As readers who pay attention to news related to guns and constitutional law will likely know, Heriberto Carbajal-Flores, an undocumented migrant in the United States, had firearms possession charges against him dismissed on grounds that the Second Amendment protects an individual’s right to have weapons for personal defense, regardless of one’s immigration status. Carbajal-Flores had no other charges against him and was held by the court as posing no “risk to public safety,” thereby showing no reason why he should be disarmed.
This was a federal case, and I have to wonder if Illinois will pursue their own charges against Carbajal-Flores since he presumably did not have a Firearm Owner’s Identification required for residents of the state to be legally in possession of guns or ammunition. Previous charges had been dropped due to the federal prosecution. The dismissed charges arose after he was arrested in what he claimed were acts in defense of his neighborhood during violence following the death of George Floyd, but as Judge Sharon Coleman pointed out, Carbajal-Flores has never been convicted of a felony and that under the 2022 Bruen ruling, she could see no sufficient basis in law to deny him gun rights.
It is worth noting that entry into the United States without proper documentation is a misdemeanor. Carbajal-Flores came to this country as a ten-year-old child with his mother, and I must leave to immigration attorneys the question of whether or not he even violated the law by being brought here as a minor. He has had some interaction with the police since moving here on charges of throwing gang signs and affiliation with a gang, charges that sound to me like the sort of thing law enforcement comes up with when they cannot cook up any overt act to attach to someone whom they wish to arrest. His actions, however, for the most part have been those of a migrant hoping to integrate into this nation, including his participation in a neighborhood watch after a break-in at a local tire store in the days before his arrest.
In this, he is in line with undocumented immigrants generally who have been shown to commit crimes of all types—violent, drug-related, property—at a much lower rate than U.S. citizens. This is only logical. However much we might wish to contemplate the image of the noble immigrant who believes in America and only yearns to follow our laws, there is no need for that narrative, no matter how true it may be. People who are here without papers will want to draw as little attention to themselves as possible. Human beings are often not consistently logical, to be sure, but the desire not to be detained for an extended period and then deported as opposed to making a life here and eventually bringing one’s family in has to be a significant influence on a person’s behavior.
I speak as someone who supports a far more open immigration policy, so take what I write here in that context. That being said, I must go on to explain that I agree with the outcome here, but not with the reasoning by which the court reached its decision.

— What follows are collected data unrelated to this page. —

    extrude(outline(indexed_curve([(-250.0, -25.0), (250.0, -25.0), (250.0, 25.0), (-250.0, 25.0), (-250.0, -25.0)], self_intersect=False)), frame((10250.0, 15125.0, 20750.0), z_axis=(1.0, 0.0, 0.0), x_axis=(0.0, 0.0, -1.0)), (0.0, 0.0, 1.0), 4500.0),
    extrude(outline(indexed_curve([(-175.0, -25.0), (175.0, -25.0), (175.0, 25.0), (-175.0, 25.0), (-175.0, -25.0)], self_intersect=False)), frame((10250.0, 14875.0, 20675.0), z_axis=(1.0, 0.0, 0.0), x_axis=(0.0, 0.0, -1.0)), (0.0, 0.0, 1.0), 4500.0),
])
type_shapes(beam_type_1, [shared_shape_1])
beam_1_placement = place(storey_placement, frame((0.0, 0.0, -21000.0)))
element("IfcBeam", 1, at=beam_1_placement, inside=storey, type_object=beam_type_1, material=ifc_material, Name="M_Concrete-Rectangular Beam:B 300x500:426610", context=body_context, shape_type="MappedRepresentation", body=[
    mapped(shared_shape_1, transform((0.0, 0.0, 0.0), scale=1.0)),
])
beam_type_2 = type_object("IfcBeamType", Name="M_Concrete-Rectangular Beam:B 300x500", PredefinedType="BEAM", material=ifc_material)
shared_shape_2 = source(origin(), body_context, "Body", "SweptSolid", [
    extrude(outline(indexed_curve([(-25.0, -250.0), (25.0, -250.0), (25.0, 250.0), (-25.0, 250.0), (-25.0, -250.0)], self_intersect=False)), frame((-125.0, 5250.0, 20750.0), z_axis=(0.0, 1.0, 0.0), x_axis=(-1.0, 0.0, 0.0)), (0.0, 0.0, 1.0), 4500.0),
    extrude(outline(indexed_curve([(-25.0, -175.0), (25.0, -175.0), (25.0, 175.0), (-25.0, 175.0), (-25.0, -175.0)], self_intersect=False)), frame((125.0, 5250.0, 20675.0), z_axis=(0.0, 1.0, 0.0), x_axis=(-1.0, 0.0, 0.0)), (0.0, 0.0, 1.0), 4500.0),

The problem that I have is in the text ultimately being appealed to, the Second Amendment. That and the other parts of the Bill of Rights make reference repeatedly to “the people” as the entities in possession of the rights in question. It is a part of the general document, the Constitution, that is the basic law of this specific country and is a social agreement among the actual participants therein. Carbajal-Flores wishes to join us, and with the information that I have at present, I welcome him to do so. But I cannot see how he is protected in this case by the Second Amendment, given the fact that he is not yet a member of the people.
I did say, though, that I agree with the outcome of the case. This is because I see rights as something that belong to everyone, regardless of citizenship or location. No, the right to have a Glock in a pocket holster, say, was not handed down by God in the Garden of Eden. What I mean is that the right to defend one’s person against violent attacks is an individual human right that all governments ought to acknowledge and respect.
The way we should protect that right for non-citizens is through our status as a member of the United Nations and our vote in favor of the Universal Declaration of Human Rights and similar resolutions that affirm a basic right to be secure in one’s person. The Second Amendment is in keeping with this concept, so Carbajal-Flores’s right to possess personal weapons for his defense ought to be recognized, but we should do so in a way that is consistent with his immigration status and that asserts to the world our position on what personal security actually means.
The right wing will call me a globalist for this stance, and much joy may it give them.
I'm not sure I agree about Mr. Carbajal-Flores not being "a member of the people," at least when it comes to considerations of the Bill of Rights. The BoR enumerates a bunch of rights that are possessed by "the people," and the logical upshot of saying that undocumented (im)migrants are "not members of the people" is that they also don't possess the right to freedom of expression, to assemble peaceably and petition the government for redress of grievances, to be secure against unreasonable search and seizure, etc. And that last one in particular opens a very unpleasant can of worms, because if a precedent were to be set that undocumented migrants are not secure against unreasonable search and seizure, we open the door to police being able to detain and search people at will in the pretext that they had a good faith (yeah, right) reasonable suspicion (yeah, right) that the person in question was an undocumented immigrant. Given the degree to which the Fourth Amendment has already been eroded, with evidence being deemed admissible despite having been obtained through gross violations of civil rights (and don't even get me started on "qualified immunity"), that idea makes me decidedly nervous.